▶ The problem
Filter the records below down to lines containing "IFCPOLYGONALFACESET".

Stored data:
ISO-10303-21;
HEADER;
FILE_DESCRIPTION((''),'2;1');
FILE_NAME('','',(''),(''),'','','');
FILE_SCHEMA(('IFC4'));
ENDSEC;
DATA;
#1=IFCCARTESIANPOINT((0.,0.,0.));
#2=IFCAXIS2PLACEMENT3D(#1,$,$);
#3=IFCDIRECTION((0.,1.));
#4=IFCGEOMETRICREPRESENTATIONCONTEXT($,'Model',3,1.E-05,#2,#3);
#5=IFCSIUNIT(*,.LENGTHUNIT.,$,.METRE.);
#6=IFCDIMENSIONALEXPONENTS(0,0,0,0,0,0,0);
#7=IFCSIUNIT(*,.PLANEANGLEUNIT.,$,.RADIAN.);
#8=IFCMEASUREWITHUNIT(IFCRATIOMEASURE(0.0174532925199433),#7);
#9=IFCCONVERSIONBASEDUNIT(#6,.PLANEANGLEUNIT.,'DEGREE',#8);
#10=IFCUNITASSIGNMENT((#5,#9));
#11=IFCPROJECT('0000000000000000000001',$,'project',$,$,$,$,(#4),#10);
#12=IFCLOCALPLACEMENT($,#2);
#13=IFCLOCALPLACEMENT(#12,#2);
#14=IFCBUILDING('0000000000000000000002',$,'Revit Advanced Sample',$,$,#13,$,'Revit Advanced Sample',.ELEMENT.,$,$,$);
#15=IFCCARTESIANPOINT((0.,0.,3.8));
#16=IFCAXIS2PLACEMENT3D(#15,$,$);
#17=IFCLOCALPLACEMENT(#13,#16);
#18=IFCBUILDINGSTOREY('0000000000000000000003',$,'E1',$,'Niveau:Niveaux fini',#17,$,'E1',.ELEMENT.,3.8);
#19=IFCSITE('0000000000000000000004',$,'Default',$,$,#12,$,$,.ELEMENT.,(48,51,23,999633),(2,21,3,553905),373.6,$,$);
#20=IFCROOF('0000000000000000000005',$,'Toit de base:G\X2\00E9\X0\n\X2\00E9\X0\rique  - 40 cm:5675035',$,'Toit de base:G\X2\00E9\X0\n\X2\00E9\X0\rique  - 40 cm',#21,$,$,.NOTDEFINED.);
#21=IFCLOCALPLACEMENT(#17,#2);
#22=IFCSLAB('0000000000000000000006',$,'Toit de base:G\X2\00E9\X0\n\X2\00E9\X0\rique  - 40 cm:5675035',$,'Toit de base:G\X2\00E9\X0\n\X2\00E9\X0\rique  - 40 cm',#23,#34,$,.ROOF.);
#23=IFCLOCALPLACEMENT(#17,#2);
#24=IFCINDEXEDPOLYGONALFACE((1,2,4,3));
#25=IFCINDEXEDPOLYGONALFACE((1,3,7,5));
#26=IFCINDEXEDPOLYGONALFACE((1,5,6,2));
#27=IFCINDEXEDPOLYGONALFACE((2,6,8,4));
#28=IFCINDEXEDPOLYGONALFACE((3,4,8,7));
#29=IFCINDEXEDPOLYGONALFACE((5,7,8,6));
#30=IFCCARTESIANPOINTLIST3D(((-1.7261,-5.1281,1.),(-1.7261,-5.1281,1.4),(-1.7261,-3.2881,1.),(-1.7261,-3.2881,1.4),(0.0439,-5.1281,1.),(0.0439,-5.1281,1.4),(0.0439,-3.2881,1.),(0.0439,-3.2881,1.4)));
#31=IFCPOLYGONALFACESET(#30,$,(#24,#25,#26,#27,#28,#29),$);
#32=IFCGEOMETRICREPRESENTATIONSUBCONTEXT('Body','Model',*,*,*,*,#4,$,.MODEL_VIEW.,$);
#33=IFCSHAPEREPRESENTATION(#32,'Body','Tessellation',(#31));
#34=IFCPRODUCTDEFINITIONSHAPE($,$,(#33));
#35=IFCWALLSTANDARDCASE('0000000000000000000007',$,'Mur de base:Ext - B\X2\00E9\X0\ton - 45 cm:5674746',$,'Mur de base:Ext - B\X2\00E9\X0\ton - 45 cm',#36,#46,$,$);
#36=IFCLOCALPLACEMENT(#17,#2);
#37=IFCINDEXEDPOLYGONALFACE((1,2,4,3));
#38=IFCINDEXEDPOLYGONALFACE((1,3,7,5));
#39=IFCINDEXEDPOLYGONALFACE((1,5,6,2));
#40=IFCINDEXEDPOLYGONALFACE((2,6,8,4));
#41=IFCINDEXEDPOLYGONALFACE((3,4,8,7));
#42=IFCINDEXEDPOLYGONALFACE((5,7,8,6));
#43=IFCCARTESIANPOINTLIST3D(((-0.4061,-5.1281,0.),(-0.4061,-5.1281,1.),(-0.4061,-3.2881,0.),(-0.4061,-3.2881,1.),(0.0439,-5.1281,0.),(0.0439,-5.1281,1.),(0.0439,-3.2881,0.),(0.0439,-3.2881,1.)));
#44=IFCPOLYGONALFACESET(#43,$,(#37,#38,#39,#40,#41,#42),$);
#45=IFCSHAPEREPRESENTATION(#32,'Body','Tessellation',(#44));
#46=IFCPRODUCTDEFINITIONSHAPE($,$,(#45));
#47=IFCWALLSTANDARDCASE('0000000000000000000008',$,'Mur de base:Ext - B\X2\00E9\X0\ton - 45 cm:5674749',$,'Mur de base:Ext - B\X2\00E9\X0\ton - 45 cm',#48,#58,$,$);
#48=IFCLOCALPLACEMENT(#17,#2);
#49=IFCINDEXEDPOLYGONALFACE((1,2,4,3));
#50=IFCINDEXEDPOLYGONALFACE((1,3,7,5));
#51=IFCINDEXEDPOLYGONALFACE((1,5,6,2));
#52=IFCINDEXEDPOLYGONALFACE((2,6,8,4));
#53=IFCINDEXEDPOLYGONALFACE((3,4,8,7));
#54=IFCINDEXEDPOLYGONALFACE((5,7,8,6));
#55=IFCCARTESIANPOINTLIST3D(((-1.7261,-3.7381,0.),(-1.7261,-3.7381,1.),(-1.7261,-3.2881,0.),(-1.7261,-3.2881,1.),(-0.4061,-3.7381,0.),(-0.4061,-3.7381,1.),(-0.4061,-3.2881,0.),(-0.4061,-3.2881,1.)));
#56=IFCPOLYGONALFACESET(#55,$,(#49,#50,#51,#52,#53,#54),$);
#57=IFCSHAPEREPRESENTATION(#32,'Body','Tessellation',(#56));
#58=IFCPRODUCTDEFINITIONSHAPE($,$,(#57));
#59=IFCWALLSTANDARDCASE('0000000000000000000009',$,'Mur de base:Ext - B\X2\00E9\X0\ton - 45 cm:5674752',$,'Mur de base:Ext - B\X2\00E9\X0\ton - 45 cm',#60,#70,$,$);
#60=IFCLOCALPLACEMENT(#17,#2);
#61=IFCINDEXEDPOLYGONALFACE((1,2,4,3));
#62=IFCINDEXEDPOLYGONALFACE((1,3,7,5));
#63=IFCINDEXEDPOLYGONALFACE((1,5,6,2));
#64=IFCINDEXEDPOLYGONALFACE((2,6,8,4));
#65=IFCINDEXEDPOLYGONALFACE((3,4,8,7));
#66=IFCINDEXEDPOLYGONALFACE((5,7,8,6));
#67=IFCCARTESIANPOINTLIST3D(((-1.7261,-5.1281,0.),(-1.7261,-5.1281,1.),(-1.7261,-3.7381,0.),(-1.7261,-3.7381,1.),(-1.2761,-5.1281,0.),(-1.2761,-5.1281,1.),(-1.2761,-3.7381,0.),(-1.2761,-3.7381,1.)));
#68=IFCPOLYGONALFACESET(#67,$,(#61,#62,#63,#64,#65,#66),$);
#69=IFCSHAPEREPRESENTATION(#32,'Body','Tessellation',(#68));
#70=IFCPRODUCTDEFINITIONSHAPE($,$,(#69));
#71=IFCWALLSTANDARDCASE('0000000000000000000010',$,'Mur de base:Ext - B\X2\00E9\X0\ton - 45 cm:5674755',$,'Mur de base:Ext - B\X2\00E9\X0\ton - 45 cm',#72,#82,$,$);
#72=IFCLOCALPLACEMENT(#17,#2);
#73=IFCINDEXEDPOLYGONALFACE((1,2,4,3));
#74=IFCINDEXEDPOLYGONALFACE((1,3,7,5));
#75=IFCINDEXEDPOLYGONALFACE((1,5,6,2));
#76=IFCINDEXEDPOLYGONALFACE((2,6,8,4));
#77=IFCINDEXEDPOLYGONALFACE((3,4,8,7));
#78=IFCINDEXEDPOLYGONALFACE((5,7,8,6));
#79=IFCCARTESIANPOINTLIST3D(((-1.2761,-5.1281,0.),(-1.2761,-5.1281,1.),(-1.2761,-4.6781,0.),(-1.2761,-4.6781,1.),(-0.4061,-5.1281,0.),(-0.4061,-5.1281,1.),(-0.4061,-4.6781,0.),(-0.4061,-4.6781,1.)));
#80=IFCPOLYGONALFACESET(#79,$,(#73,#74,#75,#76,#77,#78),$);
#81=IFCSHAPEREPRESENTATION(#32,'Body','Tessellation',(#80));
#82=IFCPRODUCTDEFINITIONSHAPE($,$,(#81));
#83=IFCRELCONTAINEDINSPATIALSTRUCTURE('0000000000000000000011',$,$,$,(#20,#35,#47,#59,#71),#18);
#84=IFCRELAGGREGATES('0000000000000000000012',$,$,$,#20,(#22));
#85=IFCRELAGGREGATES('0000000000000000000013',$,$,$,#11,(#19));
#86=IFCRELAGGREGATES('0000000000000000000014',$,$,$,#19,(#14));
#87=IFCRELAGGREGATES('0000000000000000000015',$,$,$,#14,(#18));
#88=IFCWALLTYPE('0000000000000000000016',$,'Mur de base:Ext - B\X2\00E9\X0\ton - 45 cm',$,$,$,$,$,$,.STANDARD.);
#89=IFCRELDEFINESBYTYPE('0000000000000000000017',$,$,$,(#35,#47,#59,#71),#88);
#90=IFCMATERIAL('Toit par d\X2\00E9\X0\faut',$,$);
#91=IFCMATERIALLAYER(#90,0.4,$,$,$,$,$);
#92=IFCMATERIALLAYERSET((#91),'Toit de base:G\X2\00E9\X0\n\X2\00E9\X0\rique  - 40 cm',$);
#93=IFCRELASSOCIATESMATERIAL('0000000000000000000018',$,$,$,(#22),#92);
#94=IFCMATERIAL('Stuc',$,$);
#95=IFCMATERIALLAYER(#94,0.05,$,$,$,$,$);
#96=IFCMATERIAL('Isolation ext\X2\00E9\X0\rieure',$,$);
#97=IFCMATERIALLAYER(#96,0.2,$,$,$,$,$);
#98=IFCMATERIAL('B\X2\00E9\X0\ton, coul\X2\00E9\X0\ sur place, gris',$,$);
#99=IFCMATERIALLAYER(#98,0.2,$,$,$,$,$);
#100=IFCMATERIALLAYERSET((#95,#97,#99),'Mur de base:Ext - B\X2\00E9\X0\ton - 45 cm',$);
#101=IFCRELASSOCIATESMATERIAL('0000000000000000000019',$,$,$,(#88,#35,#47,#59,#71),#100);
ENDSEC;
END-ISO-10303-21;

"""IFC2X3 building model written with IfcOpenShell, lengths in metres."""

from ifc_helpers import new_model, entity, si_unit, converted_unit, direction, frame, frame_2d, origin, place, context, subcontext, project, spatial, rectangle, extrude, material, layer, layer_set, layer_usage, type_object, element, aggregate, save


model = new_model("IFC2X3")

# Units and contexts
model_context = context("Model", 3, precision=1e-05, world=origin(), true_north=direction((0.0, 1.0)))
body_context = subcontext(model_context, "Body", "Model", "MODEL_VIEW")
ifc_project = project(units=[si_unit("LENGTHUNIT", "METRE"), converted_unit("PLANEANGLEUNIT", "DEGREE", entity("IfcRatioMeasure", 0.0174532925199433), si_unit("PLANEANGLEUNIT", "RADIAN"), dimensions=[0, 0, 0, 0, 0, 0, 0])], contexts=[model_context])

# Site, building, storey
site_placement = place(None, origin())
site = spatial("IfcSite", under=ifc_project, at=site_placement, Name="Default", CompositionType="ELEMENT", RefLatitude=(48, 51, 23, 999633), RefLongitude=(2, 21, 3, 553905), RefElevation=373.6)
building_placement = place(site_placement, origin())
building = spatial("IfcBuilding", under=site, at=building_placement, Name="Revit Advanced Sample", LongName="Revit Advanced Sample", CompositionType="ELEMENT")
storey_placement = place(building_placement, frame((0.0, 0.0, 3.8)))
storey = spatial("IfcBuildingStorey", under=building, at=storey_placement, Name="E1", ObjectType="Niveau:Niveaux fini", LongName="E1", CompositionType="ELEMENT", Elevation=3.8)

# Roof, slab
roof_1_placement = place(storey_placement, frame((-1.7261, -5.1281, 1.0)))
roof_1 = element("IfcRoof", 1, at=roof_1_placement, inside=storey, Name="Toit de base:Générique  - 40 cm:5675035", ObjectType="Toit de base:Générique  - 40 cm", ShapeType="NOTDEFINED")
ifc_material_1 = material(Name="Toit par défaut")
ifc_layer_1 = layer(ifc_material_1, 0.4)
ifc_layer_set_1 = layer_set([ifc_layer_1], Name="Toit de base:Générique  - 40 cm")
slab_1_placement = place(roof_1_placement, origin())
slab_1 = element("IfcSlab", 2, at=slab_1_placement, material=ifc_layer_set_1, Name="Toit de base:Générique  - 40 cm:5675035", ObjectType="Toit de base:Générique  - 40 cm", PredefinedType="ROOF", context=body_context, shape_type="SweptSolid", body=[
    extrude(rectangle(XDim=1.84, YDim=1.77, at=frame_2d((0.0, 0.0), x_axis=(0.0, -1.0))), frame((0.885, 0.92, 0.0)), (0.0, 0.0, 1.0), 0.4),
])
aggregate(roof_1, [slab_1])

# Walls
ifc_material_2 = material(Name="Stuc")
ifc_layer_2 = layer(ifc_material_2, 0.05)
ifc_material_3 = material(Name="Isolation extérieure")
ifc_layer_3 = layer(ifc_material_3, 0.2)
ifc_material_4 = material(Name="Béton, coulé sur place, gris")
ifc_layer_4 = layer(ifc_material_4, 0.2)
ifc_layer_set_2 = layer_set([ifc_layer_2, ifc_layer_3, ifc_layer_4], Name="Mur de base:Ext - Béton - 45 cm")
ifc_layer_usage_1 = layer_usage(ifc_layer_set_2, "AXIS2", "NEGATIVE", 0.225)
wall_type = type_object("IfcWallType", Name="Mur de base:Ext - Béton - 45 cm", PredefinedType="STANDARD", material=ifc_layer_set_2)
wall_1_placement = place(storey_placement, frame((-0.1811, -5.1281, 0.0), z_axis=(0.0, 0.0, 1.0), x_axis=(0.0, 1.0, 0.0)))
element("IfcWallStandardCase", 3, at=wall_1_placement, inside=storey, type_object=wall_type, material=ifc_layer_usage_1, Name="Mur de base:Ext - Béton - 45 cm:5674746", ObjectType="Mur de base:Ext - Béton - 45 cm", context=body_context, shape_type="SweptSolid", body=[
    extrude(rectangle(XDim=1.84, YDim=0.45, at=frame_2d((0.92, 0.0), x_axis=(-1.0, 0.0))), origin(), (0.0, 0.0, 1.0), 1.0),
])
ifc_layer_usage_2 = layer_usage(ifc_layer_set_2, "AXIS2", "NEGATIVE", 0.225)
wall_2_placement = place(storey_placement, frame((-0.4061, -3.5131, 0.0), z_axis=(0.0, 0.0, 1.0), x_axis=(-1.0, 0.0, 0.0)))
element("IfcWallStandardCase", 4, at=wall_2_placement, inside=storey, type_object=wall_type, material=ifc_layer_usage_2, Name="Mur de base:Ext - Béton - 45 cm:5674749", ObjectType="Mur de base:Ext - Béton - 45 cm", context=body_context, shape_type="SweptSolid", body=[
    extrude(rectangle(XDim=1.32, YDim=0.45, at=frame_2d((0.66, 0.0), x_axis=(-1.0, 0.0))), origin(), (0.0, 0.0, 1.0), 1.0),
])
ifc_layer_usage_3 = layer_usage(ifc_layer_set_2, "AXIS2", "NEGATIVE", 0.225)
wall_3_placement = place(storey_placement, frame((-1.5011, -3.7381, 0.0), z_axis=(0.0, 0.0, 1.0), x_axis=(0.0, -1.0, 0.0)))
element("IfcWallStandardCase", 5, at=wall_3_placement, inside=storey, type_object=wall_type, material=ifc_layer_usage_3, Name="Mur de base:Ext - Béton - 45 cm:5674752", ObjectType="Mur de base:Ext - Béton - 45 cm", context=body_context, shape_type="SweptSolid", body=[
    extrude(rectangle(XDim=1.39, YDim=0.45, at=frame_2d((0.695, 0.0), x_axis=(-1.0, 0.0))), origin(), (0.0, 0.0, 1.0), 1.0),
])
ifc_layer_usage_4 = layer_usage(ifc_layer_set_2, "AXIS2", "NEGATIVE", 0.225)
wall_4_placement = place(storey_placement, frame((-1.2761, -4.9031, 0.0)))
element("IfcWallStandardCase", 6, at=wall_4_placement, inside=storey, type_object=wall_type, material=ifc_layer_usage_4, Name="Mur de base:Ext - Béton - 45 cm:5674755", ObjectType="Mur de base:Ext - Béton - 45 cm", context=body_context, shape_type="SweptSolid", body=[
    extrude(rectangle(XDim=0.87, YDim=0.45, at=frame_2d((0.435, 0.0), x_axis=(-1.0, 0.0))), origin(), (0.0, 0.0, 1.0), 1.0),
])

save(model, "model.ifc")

* * *

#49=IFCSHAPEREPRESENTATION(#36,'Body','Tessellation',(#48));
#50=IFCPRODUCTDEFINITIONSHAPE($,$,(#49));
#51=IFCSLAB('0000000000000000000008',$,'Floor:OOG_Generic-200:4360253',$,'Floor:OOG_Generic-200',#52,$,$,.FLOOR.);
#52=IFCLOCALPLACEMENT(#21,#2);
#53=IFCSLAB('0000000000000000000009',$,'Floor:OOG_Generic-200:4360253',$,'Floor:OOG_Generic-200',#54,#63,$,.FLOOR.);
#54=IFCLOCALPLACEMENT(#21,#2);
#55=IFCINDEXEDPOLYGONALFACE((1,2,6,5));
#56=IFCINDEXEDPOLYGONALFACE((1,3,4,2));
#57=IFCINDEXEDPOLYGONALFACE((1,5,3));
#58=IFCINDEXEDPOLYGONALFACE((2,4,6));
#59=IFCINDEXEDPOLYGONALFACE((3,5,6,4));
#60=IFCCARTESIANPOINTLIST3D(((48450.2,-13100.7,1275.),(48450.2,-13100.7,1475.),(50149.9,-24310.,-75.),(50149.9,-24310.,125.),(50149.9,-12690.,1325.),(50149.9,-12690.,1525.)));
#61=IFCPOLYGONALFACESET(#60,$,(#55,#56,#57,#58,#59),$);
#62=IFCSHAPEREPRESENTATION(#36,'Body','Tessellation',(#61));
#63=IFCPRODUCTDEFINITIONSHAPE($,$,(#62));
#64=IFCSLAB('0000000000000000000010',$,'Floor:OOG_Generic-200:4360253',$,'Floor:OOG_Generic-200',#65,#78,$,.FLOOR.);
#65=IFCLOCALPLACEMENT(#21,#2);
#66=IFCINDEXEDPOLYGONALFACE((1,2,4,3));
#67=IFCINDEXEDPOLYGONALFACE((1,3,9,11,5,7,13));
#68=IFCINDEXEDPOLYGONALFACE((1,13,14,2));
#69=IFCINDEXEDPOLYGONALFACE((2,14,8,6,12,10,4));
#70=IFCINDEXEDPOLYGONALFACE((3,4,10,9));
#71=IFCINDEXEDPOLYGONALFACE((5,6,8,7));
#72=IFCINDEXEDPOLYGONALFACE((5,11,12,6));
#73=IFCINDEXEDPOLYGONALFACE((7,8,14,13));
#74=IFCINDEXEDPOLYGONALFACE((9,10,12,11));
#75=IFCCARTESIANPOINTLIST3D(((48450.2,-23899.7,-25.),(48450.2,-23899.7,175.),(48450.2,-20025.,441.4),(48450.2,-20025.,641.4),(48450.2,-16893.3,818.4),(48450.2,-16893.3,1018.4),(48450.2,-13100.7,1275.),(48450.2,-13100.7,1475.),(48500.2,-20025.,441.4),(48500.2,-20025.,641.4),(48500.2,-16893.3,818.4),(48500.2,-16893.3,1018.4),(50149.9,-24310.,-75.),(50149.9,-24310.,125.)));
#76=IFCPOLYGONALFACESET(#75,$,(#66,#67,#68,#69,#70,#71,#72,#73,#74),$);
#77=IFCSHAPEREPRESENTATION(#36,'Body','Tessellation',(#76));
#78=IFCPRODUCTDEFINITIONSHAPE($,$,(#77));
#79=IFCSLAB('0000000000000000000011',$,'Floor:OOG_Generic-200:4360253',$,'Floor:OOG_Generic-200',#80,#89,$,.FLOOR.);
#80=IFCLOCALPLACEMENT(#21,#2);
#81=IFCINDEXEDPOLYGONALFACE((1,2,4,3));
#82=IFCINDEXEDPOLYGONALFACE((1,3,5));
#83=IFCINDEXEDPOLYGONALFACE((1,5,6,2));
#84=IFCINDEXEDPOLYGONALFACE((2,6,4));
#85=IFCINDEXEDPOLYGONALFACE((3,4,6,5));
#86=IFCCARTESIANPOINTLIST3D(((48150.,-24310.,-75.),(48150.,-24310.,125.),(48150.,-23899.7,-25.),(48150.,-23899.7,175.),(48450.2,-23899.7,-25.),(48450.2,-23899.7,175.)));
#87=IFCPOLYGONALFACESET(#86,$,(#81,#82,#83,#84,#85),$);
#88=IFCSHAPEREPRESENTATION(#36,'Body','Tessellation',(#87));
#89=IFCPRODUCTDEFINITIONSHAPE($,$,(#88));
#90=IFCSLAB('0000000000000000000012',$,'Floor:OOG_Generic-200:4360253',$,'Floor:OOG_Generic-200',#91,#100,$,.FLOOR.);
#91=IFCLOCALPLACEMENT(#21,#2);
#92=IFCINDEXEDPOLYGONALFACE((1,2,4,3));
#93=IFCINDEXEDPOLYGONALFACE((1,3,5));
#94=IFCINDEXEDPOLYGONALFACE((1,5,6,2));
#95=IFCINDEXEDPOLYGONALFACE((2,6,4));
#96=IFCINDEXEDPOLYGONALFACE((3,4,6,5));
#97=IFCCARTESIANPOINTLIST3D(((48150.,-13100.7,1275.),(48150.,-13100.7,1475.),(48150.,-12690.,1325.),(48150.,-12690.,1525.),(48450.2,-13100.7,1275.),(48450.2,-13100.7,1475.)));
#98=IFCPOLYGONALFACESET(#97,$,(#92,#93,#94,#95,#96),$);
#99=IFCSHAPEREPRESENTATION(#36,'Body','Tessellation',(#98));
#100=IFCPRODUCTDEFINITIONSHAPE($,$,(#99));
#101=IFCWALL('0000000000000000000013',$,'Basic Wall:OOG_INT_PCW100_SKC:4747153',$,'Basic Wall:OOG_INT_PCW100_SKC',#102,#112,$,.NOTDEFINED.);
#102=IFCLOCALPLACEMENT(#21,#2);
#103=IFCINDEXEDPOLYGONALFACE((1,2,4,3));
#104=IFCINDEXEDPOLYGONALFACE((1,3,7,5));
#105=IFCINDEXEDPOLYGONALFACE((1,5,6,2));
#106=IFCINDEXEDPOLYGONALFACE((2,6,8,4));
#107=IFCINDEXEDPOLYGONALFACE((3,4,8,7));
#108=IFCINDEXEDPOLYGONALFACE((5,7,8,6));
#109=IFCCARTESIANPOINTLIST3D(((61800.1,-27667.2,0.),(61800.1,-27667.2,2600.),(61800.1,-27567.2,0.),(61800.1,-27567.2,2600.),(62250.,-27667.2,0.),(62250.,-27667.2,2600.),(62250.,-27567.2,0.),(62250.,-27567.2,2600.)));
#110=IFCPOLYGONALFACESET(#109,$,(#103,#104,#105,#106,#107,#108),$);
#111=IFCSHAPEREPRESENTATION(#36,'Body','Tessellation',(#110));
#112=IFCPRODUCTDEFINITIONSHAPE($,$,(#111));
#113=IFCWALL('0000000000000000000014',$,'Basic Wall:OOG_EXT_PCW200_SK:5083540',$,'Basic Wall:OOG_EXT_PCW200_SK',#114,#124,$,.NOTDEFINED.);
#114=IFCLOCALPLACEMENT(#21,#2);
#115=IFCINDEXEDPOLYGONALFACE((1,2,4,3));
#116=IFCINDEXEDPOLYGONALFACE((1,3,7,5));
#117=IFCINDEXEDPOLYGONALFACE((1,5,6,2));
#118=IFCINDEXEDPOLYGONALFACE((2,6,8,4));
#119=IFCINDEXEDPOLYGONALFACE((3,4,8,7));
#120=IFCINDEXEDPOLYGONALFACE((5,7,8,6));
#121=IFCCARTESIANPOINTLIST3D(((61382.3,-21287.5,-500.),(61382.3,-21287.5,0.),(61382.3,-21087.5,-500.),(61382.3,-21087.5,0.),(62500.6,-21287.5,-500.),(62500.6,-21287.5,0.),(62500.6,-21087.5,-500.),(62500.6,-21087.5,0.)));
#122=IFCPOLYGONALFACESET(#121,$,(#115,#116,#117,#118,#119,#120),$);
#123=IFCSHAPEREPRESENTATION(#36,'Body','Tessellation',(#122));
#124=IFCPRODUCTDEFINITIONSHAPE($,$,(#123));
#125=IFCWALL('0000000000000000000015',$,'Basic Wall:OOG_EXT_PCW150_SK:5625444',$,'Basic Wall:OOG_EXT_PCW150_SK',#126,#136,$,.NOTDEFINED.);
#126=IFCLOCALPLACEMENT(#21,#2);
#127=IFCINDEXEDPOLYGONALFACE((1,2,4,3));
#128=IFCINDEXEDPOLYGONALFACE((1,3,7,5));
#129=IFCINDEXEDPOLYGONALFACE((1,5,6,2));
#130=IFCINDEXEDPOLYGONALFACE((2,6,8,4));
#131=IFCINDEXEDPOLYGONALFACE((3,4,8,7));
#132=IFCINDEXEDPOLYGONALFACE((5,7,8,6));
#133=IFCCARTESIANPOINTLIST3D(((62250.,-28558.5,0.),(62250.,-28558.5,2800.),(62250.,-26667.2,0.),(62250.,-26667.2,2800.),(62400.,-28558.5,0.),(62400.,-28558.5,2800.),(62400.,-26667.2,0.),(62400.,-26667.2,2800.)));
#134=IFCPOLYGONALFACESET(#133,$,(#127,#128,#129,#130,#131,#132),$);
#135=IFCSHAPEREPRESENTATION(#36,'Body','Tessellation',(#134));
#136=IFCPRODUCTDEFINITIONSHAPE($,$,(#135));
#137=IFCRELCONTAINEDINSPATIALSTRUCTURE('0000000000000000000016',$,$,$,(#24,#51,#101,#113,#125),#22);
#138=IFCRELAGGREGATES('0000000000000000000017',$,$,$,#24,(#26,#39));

▶ Answer to the problem
#31=IFCPOLYGONALFACESET(#30,$,(#24,#25,#26,#27,#28,#29),$);
#44=IFCPOLYGONALFACESET(#43,$,(#37,#38,#39,#40,#41,#42),$);
#56=IFCPOLYGONALFACESET(#55,$,(#49,#50,#51,#52,#53,#54),$);
#68=IFCPOLYGONALFACESET(#67,$,(#61,#62,#63,#64,#65,#66),$);
#80=IFCPOLYGONALFACESET(#79,$,(#73,#74,#75,#76,#77,#78),$);
#61=IFCPOLYGONALFACESET(#60,$,(#55,#56,#57,#58,#59),$);
#76=IFCPOLYGONALFACESET(#75,$,(#66,#67,#68,#69,#70,#71,#72,#73,#74),$);
#87=IFCPOLYGONALFACESET(#86,$,(#81,#82,#83,#84,#85),$);
#98=IFCPOLYGONALFACESET(#97,$,(#92,#93,#94,#95,#96),$);
#110=IFCPOLYGONALFACESET(#109,$,(#103,#104,#105,#106,#107,#108),$);
#122=IFCPOLYGONALFACESET(#121,$,(#115,#116,#117,#118,#119,#120),$);
#134=IFCPOLYGONALFACESET(#133,$,(#127,#128,#129,#130,#131,#132),$);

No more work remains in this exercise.